Cut down on deli meats
Lunch meats make food preparation easy as they come cured and pre-cooked but they are stripped of nutrients and loaded with saturated fat. Sausages, ham, bacon and other cold-cut meats may also be made from offal and other cholesterol-dense parts of the animal all of which leads to increased LDL in your bloodstream.
Eat more unsaturated fats
Unsaturated fats are also known as fats with double bonds meaning they have shorter bonds with bends and can therefore be broken down easily. An eight-week study published in 2016 concluded that eating more unsaturated fats reduces your cholesterol as well as your LDL by up to 11 percent. The healthiest sources of unsaturated fats are avocados, olives, nuts and other plant-based sources of oil.
Eat seeds and whole grain foods
Another source of monosaturated and polyunsaturated fats is seed diets including flax, chia, sunflower, hemp, sesame and pumpkin seeds. The unsaturated fats in the seeds also help reduce the saturated fat in your body which reduces cholesterol. Seeds also make a good source of fibre as do whole grains. Fibre slows and also prevents the absorption of cholesterol into your bloodstream which is vital in reducing LDL.
Eat Herbs and spices in food
Garlic, ginger, turmeric and other spices are nutritional powerhouses with lots of benefits one being their ability to reduce the absorption of cholesterol into your bloodstream. Studies support that the regular consumption of ginger, garlic and turmeric significantly reduces LDL within just weeks of use. Antioxidants found in sage, bay leaf, oregano, mint and other herbs help prevent LDL from oxidizing in the bloodstream which prevents the growth of plaque in blood vessels.
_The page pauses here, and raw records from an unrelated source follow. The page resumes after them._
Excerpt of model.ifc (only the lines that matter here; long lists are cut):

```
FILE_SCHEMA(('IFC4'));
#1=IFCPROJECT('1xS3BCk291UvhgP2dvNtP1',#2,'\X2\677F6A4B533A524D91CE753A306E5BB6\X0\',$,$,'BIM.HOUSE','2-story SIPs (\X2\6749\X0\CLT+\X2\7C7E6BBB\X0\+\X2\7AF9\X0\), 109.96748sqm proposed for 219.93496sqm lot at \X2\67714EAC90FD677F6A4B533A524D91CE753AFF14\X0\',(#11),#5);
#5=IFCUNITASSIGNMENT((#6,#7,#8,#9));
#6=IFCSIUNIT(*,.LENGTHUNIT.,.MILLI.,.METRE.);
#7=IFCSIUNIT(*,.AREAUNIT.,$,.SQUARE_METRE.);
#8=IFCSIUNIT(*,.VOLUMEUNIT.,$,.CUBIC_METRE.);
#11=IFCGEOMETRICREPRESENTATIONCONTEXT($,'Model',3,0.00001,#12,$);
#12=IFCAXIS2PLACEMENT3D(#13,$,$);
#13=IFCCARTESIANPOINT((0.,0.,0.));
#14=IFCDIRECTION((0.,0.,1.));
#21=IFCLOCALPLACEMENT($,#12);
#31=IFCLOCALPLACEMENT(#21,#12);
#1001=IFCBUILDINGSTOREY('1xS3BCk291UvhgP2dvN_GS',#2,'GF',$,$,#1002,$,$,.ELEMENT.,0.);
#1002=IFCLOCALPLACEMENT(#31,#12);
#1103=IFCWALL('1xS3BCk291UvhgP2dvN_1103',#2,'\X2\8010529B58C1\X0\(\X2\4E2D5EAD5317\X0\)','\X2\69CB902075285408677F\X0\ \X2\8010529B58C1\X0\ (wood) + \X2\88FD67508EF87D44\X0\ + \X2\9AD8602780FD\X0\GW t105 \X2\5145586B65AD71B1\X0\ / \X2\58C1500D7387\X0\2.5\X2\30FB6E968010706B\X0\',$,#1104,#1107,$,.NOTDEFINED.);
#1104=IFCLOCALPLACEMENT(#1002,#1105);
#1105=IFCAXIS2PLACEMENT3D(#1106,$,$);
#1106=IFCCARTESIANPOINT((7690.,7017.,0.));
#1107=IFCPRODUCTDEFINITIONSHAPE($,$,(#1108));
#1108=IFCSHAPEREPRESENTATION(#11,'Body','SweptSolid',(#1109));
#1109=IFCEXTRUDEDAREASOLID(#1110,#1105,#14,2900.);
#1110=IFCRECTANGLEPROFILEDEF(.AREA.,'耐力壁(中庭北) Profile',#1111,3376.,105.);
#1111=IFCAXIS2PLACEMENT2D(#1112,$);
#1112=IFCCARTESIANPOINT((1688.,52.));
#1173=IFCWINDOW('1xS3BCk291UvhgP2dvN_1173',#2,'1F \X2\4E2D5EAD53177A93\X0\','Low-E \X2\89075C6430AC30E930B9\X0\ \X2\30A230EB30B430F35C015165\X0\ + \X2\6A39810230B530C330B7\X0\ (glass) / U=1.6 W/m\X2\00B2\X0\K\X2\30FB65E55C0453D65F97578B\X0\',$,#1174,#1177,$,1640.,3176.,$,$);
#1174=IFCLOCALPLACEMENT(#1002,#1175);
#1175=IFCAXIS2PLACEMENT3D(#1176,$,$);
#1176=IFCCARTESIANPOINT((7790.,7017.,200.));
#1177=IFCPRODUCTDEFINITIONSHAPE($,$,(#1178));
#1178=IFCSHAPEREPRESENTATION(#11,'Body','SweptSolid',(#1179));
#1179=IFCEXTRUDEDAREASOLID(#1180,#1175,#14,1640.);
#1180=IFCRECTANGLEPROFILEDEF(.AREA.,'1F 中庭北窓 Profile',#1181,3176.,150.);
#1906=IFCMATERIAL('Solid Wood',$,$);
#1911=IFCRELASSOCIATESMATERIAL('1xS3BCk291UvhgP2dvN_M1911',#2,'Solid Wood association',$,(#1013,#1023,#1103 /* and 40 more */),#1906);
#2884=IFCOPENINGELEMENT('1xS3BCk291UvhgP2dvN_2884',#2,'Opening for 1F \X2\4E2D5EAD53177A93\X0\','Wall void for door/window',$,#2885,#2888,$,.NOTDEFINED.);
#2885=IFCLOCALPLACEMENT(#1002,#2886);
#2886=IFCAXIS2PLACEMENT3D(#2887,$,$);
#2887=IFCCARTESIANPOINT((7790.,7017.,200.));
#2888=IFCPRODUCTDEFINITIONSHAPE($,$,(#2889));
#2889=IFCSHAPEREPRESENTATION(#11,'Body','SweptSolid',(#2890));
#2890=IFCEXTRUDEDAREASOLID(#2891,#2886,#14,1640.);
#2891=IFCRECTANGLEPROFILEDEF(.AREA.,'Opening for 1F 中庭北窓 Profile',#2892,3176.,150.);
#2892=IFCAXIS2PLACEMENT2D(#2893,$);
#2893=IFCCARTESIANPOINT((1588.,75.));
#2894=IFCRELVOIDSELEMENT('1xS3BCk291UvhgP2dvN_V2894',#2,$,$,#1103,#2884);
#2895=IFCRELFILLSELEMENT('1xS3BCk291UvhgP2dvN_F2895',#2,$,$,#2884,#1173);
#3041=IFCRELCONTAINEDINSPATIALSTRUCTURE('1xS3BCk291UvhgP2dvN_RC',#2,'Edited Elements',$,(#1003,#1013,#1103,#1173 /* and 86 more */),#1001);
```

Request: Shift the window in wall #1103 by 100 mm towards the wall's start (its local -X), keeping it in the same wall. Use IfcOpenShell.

```python
import ifcopenshell
import ifcopenshell.api.geometry
import ifcopenshell.util.placement
import ifcopenshell.util.unit

model = ifcopenshell.open("model.ifc")
unit_scale = ifcopenshell.util.unit.calculate_unit_scale(model)

window = model.by_guid("1xS3BCk291UvhgP2dvN_1173")
opening = window.FillsVoids[0].RelatingOpeningElement
wall = opening.VoidsElements[0].RelatingBuildingElement

wall_matrix = ifcopenshell.util.placement.get_local_placement(wall.ObjectPlacement)
shift = wall_matrix[:3, 0] * -0.1 / unit_scale
before = ifcopenshell.util.placement.get_local_placement(window.ObjectPlacement)[:3, 3].copy()

# The window is not placed relative to its opening, so move both.
for product in (opening, window):
    matrix = ifcopenshell.util.placement.get_local_placement(product.ObjectPlacement)
    matrix[:3, 3] += shift
    ifcopenshell.api.geometry.edit_object_placement(model, product=product, matrix=matrix, is_si=False)

after = ifcopenshell.util.placement.get_local_placement(window.ObjectPlacement)[:3, 3]
print("window moved by", (after - before).round(3) + 0.0)

model.write("model_edited.ifc")
```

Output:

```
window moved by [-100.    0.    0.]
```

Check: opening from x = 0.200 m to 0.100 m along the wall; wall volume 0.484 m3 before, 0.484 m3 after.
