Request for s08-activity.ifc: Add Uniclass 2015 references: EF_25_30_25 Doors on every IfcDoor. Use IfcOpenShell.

First a look at what the model holds.

```python
import ifcopenshell

model = ifcopenshell.open("s08-activity.ifc")
print(model.schema)
print("classifications:", [c.Name for c in model.by_type("IfcClassification")])
for ifc_class in ("IfcDoor", "IfcRoof", "IfcStair", "IfcWall", "IfcWindow"):
    print(ifc_class, len(model.by_type(ifc_class)))
```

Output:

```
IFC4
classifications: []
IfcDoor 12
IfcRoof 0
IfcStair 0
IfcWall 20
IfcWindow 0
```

```python
import ifcopenshell
import ifcopenshell.api.classification

model = ifcopenshell.open("s08-activity.ifc")

system = ifcopenshell.api.classification.add_classification(model, classification="Uniclass 2015")

codes = {
    "IfcDoor": ("EF_25_30_25", "Doors"),
}
for ifc_class, (code, name) in codes.items():
    products = model.by_type(ifc_class)
    ifcopenshell.api.classification.add_reference(
        model, products=products, classification=system, identification=code, name=name
    )
    print(code, len(products))

model.write("s08-activity_v2.ifc")
```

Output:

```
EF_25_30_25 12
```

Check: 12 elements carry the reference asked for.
Increase consumption of vegetables and fruits
Embracing a Mediterranean-style eating habit will save you lots of health problems including cholesterol. Vegetables and fruits have antioxidants which prevent the oxidation of LDL which is the main cause of plaque in blood vessels. They are also rich in soluble fibre which also prevents the absorption of cholesterol into the bloodstream. Research published in 2004 concluded that having four servings of fruits and vegetables per day will reduce cholesterol levels by up to 6% which also translates into lower LDL.
Embrace green tea
Green tea is another hub of antioxidants which have been shown to reduce the worst side effects of bad cholesterol in your body by preventing oxidation of cholesterol. Green tea is made using fresh tea leaves that haven’t been fermented which retains a group of antioxidants known as catechins which have been shown to reduce cholesterol.
Meet your dietary requirements of Oily Fish
Omega 3 fatty acids are vital to the well-being of brain cells and other body cells. These fatty acids are also a group of fatty acids responsible for replacing saturated fats and consequently, LDL from your bloodstream. Seeds as mentioned above are rich in Omega 3 but oily fish such as Mackerel, Salmon, Deep-sea tuna and herring are the best source of these fats.
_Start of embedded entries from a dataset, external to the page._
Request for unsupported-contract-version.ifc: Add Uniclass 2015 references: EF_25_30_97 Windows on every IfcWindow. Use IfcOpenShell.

First a look at what the model holds.

```python
import ifcopenshell

model = ifcopenshell.open("unsupported-contract-version.ifc")
print(model.schema)
print("classifications:", [c.Name for c in model.by_type("IfcClassification")])
for ifc_class in ("IfcDoor", "IfcRoof", "IfcStair", "IfcWall", "IfcWindow"):
    print(ifc_class, len(model.by_type(ifc_class)))
```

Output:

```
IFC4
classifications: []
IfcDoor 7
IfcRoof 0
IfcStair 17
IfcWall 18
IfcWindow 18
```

```python
import ifcopenshell
import ifcopenshell.api.classification

model = ifcopenshell.open("unsupported-contract-version.ifc")

system = ifcopenshell.api.classification.add_classification(model, classification="Uniclass 2015")

codes = {
    "IfcWindow": ("EF_25_30_97", "Windows"),
}
for ifc_class, (code, name) in codes.items():
    products = model.by_type(ifc_class)
    ifcopenshell.api.classification.add_reference(
        model, products=products, classification=system, identification=code, name=name
    )
    print(code, len(products))

model.write("unsupported-contract-version-out.ifc")
```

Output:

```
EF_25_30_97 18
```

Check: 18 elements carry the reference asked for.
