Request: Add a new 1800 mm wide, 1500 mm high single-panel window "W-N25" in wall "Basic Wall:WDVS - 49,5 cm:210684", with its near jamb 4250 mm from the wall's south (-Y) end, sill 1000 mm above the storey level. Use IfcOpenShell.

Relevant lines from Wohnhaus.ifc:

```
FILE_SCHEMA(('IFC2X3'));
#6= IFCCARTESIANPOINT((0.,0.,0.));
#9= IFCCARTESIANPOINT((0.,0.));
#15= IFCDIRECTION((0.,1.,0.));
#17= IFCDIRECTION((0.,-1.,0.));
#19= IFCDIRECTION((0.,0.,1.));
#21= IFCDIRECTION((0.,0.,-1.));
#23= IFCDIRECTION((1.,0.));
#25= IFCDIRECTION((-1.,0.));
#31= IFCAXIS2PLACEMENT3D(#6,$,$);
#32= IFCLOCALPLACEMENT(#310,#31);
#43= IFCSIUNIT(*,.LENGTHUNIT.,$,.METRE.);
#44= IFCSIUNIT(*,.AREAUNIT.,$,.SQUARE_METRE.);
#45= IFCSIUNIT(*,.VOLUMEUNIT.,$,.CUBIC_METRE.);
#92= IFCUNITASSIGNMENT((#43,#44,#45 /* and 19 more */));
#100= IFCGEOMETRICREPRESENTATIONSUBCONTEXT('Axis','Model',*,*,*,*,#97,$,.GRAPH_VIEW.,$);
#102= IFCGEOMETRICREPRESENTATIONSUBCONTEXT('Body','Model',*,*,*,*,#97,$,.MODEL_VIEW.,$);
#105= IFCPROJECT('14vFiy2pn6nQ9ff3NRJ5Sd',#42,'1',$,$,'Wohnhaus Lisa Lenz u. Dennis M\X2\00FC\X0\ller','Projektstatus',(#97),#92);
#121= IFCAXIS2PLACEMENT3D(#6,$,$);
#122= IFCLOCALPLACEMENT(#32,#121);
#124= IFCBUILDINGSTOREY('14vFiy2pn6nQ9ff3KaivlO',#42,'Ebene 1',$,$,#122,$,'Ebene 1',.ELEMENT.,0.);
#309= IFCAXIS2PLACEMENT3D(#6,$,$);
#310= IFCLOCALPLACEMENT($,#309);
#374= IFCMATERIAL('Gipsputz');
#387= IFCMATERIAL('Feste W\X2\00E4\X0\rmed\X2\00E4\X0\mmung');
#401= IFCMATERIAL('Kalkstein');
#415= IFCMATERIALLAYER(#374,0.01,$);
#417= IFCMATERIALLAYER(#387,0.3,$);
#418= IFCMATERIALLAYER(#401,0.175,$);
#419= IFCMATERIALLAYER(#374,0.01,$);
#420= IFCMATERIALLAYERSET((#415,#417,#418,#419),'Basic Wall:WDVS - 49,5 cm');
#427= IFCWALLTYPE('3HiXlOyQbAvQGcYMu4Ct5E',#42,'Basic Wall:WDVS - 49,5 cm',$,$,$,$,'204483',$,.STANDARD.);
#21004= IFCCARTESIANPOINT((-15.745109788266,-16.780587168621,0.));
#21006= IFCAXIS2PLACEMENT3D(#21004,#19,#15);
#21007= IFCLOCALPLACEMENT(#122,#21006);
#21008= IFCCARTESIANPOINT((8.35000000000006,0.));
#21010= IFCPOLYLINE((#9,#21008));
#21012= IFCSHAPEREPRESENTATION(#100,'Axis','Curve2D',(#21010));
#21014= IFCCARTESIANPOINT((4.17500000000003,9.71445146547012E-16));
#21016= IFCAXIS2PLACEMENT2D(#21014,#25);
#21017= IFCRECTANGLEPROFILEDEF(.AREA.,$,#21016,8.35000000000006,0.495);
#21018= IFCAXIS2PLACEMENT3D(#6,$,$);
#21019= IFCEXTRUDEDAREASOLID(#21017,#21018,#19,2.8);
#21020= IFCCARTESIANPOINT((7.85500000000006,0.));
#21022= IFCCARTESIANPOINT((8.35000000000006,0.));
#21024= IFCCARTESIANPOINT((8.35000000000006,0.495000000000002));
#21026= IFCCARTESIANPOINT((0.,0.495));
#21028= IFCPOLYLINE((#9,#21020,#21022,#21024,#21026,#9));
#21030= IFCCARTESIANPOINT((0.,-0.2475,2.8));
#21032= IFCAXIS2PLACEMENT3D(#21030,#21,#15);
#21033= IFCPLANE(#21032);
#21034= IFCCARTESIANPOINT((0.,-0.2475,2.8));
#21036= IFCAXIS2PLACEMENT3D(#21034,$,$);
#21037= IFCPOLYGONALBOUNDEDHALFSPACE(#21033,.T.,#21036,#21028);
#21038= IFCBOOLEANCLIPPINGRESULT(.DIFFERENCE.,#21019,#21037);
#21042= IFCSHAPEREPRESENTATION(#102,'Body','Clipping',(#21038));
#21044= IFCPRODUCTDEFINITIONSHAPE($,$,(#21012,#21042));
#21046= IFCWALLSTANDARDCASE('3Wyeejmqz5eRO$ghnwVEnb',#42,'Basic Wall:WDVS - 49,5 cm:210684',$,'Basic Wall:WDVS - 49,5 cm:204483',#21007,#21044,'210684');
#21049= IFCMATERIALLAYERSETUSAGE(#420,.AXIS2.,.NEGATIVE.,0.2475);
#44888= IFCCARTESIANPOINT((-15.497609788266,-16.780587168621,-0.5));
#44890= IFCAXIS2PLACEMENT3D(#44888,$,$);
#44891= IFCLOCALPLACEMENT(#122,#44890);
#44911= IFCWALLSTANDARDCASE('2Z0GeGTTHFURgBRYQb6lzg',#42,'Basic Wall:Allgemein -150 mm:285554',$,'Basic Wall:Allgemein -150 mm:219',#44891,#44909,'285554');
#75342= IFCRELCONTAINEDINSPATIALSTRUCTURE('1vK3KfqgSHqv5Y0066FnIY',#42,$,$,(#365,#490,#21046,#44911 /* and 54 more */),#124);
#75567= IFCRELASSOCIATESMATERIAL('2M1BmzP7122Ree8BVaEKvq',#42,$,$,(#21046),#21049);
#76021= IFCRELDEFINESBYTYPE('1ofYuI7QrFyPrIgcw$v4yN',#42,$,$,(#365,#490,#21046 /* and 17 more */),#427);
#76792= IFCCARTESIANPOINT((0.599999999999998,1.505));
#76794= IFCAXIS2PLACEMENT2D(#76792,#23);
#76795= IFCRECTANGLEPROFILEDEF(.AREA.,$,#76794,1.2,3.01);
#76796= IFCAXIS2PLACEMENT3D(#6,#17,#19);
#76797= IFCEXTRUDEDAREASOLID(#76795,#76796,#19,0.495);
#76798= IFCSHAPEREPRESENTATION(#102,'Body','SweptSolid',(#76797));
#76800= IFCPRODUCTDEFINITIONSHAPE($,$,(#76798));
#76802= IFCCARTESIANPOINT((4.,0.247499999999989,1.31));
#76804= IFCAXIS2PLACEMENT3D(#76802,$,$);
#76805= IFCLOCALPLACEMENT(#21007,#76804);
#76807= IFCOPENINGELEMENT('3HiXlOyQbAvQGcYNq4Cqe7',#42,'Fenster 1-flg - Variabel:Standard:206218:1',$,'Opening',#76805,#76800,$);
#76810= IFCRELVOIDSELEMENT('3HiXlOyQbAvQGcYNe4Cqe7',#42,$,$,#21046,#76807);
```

```python
import numpy as np
import ifcopenshell
import ifcopenshell.api.feature
import ifcopenshell.api.geometry
import ifcopenshell.api.root
import ifcopenshell.api.spatial
import ifcopenshell.api.type
import ifcopenshell.geom
import ifcopenshell.util.element
import ifcopenshell.util.placement
import ifcopenshell.util.representation
import ifcopenshell.util.shape
import ifcopenshell.util.unit

model = ifcopenshell.open("Wohnhaus.ifc")
unit_scale = ifcopenshell.util.unit.calculate_unit_scale(model)
settings = ifcopenshell.geom.settings()


def volume(element):
    """Net volume in cubic metres, openings subtracted."""
    shape = ifcopenshell.geom.create_shape(settings, element)
    return ifcopenshell.util.shape.get_volume(shape.geometry)


wall = model.by_guid("3Wyeejmqz5eRO$ghnwVEnb")
storey = ifcopenshell.util.element.get_container(wall, ifc_class="IfcBuildingStorey")
context = ifcopenshell.util.representation.get_context(model, "Model", "Body", "MODEL_VIEW")
before = volume(wall)

width, height, from_end, sill = 1.8, 1.5, 4.25, 1  # metres

# The wall runs along its own X axis, and the end named is its -X end.
wall_shape = ifcopenshell.geom.create_shape(settings, wall)
x, y, z = ifcopenshell.util.shape.get_vertices(wall_shape.geometry).T
start = x.min() + from_end
face, thickness = float(y.min()), float(y.max() - y.min())
wall_matrix = ifcopenshell.util.placement.get_local_placement(wall.ObjectPlacement)
level = ifcopenshell.util.placement.get_local_placement(storey.ObjectPlacement)[2, 3]


def in_wall(x, y):
    """Placement at x, y metres in the wall's axes, at sill height."""
    matrix = wall_matrix.copy()
    matrix[:, 3] = wall_matrix @ np.array([x / unit_scale, y / unit_scale, 0.0, 1.0])
    matrix[2, 3] = level + sill / unit_scale
    return matrix


# Opening: a box that overshoots both wall faces by 50 mm.
opening = ifcopenshell.api.root.create_entity(model, ifc_class="IfcOpeningElement")
box = ifcopenshell.api.geometry.add_wall_representation(
    model, context=context, length=width, height=height, thickness=thickness + 0.1
)
ifcopenshell.api.geometry.assign_representation(model, product=opening, representation=box)
ifcopenshell.api.geometry.edit_object_placement(model, product=opening, matrix=in_wall(start, face - 0.05), is_si=False)
ifcopenshell.api.feature.add_feature(model, feature=opening, element=wall)

window = ifcopenshell.api.root.create_entity(model, ifc_class="IfcWindow", name="W-N25")
window.OverallWidth, window.OverallHeight = width / unit_scale, height / unit_scale
body = ifcopenshell.api.geometry.add_window_representation(
    model,
    context=context,
    overall_width=window.OverallWidth,
    overall_height=window.OverallHeight,
    partition_type="SINGLE_PANEL",
)
ifcopenshell.api.geometry.assign_representation(model, product=window, representation=body)
ifcopenshell.api.spatial.assign_container(model, products=[window], relating_structure=storey)
fills = ifcopenshell.api.feature.add_filling(model, opening=opening, element=window)
fills.OwnerHistory = window.OwnerHistory  # required in IFC2X3

# IFC2X3 keeps the operation on the window style.
style = ifcopenshell.api.root.create_entity(model, ifc_class="IfcWindowStyle", name="W-N25")
style.OperationType, style.ConstructionType = "SINGLE_PANEL", "NOTDEFINED"
style.ParameterTakesPrecedence = style.Sizeable = False
ifcopenshell.api.type.assign_type(model, related_objects=[window], relating_type=style)

# Centre the window in the wall's thickness.
ifcopenshell.api.geometry.edit_object_placement(model, product=window, matrix=in_wall(start, face), is_si=False)
window_shape = ifcopenshell.geom.create_shape(settings, window)
depth = ifcopenshell.util.shape.get_vertices(window_shape.geometry)[:, 1]
offset = face + thickness / 2 - (depth.min() + depth.max()) / 2
ifcopenshell.api.geometry.edit_object_placement(model, product=window, matrix=in_wall(start, offset), is_si=False)

after = volume(wall)

print(f"wall volume {before:.3f} -> {after:.3f} m3")

model.write("Wohnhaus_updated.ifc")
```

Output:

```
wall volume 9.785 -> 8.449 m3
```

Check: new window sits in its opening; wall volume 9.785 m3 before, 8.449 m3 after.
Cut down your consumption of added sugar
High fructose corn syrup (HFCS) is one of the most common added sugar in processed foods with huge health risks. A 14-year study published in 2014 concluded that getting 10% of your calories per day can increase your risk of dying from heart disease by up to three times. The more added sugar you consume, the more LDL you have and the oxidation of LDL also seems to increase with the consumption of more sugar. You should therefore cut refined sugar from your diet as much as possible to reduce bad cholesterol.